Grounding myself in the creative process is seeping into my consulting work too, which I really like and want to feel more of. I notice how the journey we take with a client is where the learnings and transformation happen. Documents, reports, and assets are the time capsule of that journey. This helps me have less attachment to outcomes and outputs and more energy towards the process and practice.
When you put Day 1 and Day 60 side by side, you seemed genuinely surprised by how far you’d come! Now that you’re near the end, what do you think this project will actually be a record of? What do you hope to see when you look back in another nine years?
I see this project as a record of the creative habit I’ve built over these couple years. Having creativity as part of my daily routine is so rewarding and fulfilling, and a privilege to do. I want to see it as a celebration of the time and energy I’ve put into making it an essential part of my life.
In nine years, I hope to see the joy and enthusiasm I have right now. And the stamina! To stick with something for 100 days is a FEAT. Something each and every one of us participating needs to celebrate.
Your practice has had to bend around real life: kids in the studio, exhaustion, charcoal on weekends instead of paint, etc. What does keeping creativity alive actually look like beyond 100 days?

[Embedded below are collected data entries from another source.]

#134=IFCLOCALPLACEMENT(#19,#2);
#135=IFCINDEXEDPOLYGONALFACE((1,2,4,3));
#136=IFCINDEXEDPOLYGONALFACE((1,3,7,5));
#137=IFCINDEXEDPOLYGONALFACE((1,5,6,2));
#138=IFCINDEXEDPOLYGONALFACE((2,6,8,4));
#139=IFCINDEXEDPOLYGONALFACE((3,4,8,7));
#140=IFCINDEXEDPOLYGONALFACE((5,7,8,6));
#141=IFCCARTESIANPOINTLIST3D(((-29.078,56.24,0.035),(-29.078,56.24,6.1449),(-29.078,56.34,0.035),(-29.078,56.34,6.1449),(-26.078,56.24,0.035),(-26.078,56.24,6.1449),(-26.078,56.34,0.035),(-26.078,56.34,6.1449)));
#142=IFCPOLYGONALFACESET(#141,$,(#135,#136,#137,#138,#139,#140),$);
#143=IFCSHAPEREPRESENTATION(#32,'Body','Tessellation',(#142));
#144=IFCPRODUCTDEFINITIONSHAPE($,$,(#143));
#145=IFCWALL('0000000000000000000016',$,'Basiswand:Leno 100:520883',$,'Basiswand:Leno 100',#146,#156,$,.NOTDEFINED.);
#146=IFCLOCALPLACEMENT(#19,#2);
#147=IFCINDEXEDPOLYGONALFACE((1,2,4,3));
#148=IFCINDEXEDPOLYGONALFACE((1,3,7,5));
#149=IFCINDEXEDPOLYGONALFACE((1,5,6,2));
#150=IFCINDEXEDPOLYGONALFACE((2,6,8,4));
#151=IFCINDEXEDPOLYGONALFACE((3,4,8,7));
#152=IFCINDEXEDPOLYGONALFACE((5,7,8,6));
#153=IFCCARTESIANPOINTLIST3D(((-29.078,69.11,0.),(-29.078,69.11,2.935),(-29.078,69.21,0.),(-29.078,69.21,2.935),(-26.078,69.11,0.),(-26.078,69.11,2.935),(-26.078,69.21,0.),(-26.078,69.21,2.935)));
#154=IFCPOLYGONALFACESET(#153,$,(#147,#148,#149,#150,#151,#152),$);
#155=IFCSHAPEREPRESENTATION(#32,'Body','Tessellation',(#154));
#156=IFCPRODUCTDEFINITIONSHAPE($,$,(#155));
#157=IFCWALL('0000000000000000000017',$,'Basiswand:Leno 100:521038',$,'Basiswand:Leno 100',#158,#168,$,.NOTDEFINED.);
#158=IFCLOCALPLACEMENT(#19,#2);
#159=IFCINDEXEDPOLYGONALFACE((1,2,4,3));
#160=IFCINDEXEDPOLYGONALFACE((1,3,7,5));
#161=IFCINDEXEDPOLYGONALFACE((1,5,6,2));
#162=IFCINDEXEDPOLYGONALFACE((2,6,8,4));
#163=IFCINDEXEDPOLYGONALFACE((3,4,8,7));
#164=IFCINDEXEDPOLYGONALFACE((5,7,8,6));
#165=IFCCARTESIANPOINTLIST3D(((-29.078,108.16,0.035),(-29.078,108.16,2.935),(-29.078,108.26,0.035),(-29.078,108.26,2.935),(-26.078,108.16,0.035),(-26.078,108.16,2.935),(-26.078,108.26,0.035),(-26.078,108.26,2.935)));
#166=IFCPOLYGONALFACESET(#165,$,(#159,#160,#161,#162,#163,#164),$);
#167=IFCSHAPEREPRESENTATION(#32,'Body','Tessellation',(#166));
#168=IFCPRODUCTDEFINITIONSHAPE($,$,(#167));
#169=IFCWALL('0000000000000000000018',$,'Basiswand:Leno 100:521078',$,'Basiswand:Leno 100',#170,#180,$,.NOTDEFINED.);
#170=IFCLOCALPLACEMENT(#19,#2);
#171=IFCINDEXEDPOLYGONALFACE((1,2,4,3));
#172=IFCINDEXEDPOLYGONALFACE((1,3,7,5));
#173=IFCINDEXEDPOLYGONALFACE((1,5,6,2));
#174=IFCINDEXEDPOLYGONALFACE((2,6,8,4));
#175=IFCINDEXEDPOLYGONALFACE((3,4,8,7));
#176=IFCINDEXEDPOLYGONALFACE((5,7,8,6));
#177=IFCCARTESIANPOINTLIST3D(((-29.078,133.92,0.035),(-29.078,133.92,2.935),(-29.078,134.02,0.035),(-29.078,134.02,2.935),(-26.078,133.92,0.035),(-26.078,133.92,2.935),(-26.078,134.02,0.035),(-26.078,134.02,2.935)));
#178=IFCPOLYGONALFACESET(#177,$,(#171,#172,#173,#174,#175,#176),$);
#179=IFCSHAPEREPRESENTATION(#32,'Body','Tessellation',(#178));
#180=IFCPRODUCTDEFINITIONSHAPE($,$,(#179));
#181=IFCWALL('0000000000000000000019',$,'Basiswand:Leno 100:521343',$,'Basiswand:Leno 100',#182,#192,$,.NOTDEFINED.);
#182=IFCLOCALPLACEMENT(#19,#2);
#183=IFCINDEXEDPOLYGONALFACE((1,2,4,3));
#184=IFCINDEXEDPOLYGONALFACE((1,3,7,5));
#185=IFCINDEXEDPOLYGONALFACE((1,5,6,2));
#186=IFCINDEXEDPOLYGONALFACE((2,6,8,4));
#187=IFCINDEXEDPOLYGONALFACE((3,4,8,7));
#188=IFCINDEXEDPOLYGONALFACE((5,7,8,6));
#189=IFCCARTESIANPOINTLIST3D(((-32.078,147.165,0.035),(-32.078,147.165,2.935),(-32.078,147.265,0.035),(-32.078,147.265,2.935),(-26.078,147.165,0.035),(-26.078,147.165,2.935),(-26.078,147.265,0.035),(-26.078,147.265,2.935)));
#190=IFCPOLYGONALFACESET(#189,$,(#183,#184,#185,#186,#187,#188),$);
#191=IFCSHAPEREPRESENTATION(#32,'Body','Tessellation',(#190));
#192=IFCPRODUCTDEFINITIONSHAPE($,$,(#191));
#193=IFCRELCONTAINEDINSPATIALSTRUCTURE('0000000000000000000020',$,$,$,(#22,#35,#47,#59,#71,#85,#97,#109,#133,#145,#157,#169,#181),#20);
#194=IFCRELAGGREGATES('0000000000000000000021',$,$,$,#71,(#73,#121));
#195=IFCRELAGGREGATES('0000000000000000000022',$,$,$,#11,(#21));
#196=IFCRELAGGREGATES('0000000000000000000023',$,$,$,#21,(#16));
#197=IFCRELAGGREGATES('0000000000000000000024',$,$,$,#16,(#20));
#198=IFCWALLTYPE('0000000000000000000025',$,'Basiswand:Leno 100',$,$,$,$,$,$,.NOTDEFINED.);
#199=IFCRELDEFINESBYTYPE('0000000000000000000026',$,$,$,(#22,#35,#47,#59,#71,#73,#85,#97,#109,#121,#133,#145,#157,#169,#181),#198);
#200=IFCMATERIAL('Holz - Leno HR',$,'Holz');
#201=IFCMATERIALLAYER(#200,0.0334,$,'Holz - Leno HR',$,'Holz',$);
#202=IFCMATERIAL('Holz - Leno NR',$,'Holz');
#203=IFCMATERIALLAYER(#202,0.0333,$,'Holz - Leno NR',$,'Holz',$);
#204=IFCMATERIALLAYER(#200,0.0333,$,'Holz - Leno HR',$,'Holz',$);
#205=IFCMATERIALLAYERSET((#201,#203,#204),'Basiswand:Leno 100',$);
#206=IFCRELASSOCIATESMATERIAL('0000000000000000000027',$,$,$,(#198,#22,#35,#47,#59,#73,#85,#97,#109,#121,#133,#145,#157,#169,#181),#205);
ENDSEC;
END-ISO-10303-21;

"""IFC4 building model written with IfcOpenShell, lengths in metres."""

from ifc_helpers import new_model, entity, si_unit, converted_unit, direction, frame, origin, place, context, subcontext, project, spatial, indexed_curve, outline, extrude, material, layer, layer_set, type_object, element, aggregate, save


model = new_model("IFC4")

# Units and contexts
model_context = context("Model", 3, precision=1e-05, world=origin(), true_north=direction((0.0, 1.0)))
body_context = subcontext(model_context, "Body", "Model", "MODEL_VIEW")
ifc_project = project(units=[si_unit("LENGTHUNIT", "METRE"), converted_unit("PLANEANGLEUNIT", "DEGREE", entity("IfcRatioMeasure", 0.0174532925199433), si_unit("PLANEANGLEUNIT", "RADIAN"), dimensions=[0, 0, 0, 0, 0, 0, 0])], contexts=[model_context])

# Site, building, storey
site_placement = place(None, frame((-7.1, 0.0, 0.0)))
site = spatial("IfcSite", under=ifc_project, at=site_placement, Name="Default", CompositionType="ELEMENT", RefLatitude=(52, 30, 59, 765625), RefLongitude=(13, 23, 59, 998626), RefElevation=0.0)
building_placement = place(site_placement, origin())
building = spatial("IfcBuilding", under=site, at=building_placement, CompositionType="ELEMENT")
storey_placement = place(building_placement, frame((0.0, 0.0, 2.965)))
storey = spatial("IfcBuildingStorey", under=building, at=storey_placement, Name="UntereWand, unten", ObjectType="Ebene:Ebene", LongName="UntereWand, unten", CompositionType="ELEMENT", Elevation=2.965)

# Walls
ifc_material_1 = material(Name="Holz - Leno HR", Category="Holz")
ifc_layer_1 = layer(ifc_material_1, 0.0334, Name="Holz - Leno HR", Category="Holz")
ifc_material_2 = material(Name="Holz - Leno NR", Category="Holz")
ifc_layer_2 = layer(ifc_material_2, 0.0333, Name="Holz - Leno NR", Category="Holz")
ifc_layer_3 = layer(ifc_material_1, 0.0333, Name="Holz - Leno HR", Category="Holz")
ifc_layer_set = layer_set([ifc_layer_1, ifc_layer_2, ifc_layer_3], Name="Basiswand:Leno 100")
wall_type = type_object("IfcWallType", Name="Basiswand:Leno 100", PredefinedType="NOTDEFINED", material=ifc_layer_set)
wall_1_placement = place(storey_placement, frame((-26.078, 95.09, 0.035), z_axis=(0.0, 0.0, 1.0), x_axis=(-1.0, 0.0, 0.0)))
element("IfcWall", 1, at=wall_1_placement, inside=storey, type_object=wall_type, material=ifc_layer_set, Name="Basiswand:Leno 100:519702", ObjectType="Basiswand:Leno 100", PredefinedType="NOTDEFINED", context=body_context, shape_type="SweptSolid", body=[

Through all the bending and adapting with real life, I’ve kept Bree Groff’s Most Days theory in mind: show up and do your best most days. The days when I don’t have the energy or time (exhaustion, camping, chaperoning a kindergarten field trip), I call it in and recover for the next day.
That mental shift has helped me keep showing up and doing something that keeps my creative flame stoked. I think of it like getting back to exercise: put the outfit and shoes on, and take a step. That’s what I plan to continue: keep my creative practice going, whether it’s 5 minutes or 5 hours. What matters is showing up day after day (even if you skip one here and there).

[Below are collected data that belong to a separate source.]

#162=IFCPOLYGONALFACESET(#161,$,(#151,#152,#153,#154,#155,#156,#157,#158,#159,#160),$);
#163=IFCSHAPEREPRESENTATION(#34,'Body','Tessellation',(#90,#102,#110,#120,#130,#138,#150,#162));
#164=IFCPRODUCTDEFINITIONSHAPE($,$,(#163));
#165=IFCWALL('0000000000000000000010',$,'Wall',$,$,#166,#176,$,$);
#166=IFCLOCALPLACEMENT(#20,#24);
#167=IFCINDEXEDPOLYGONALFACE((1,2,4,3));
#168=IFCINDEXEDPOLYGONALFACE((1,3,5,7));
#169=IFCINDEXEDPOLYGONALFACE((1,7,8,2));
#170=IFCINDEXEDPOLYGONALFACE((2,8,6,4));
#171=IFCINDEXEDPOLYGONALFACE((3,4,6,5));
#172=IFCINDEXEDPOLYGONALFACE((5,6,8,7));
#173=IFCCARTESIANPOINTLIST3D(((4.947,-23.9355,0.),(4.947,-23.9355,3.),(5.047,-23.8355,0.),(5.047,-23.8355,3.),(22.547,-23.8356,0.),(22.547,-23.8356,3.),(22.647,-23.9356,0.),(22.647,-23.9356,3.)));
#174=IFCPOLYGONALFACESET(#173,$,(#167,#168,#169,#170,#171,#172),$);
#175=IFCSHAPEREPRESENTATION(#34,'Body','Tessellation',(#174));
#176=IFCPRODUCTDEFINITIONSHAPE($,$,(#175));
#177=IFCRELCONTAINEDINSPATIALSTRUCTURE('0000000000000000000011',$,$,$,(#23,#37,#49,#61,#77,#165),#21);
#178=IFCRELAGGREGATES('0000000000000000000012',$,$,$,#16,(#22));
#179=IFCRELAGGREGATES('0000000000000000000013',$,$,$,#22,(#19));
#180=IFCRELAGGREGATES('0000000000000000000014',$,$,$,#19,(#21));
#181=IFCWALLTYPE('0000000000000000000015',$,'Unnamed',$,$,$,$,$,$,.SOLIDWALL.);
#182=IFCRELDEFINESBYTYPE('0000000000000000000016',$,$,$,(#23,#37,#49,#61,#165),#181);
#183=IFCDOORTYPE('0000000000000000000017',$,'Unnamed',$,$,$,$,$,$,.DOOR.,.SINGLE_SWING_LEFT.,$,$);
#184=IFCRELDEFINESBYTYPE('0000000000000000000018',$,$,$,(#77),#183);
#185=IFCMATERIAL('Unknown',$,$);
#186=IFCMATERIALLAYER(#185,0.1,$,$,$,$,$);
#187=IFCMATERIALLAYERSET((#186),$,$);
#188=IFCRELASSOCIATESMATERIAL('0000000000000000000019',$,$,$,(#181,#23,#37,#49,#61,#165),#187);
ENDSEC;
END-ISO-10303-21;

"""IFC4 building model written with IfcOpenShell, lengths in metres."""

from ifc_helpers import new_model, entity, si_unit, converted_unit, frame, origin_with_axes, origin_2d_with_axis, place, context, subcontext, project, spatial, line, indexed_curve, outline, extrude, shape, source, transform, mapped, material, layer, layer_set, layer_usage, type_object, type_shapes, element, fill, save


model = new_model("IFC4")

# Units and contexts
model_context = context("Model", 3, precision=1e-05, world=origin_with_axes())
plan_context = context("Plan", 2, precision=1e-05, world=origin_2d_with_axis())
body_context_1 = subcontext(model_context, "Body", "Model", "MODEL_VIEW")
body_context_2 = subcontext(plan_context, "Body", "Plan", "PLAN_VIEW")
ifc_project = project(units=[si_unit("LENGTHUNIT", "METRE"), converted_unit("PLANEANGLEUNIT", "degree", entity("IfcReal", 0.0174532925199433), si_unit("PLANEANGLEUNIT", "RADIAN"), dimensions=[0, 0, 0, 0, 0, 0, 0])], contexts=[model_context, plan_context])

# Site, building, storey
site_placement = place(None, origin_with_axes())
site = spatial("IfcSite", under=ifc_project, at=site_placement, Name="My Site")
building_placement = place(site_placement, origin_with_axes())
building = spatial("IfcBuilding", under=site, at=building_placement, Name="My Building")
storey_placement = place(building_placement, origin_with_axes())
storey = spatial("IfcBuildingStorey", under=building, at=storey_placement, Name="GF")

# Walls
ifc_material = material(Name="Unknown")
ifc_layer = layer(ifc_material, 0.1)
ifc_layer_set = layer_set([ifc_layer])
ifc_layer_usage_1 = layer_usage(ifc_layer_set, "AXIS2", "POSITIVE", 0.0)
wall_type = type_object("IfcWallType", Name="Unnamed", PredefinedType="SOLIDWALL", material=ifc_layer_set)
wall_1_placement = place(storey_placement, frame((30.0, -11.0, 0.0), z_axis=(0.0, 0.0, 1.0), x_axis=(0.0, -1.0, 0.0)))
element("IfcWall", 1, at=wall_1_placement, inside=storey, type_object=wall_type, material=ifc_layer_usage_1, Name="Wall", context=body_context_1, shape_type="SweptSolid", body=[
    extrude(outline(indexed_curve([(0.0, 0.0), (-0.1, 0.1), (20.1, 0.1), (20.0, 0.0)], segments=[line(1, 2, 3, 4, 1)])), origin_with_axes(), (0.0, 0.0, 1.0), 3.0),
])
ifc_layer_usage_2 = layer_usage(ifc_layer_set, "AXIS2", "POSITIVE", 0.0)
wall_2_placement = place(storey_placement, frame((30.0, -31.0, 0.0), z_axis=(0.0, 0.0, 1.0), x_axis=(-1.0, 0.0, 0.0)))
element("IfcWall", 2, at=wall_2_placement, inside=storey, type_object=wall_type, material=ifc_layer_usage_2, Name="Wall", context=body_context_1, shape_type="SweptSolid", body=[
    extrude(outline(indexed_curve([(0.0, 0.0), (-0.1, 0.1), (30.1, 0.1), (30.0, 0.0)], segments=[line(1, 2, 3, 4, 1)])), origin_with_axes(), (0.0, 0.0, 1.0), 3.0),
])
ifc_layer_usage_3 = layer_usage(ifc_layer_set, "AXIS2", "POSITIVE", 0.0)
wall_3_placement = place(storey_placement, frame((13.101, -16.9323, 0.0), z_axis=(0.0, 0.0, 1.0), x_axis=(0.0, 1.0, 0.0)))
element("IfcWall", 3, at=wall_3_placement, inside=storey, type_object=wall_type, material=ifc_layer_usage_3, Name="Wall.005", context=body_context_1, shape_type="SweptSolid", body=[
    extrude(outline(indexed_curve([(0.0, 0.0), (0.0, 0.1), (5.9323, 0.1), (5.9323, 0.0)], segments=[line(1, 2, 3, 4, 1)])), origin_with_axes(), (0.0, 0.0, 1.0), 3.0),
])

You’ve painted people with wrinkles, from six continents, with and without your glasses. What have all these faces taught you—about them, or about yourself?
I care deeply about people, and I’m always looking to bring out the gold in others. Painting portraits has reminded me of the stories, joys, heartache, and challenges each of us carries inside—the things that make us human. Our faces—with all the expressions and features—tell that story.
Painting has also helped me slow down and appreciate the beauty, diversity, and commonalities we share. Looking at the portrait of the icon Joan Didion next to a radiant Guatemalan woman reminds me that we’re all in this together. Our experiences and energies are all intertwined.
Creating a portrait of someone—no matter if they’re famous or not—is a chance to capture the brightness of each person when they are seen and celebrated. And let their portrait tell their unique story.
Thank you, Katie Crepeau, for sharing with us today. You can follow Katie here on Substack or on Instagram @artbyKCH.
FOR YOUR PROJECT TODAY
Put an early piece beside a recent one. What’s different? What feels looser, or more confident, or more you?
And maybe most importantly: what have you learned about how you work?
FOR INSPIRATION
Katie’s portraits remind me that repetition changes the way we see—not just the subject, but ourselves.
SHARE IN THE CHAT
What’s something that feels easier, more natural, or more you now than it did on Day 1? Or: what surprised you when you looked back at earlier work?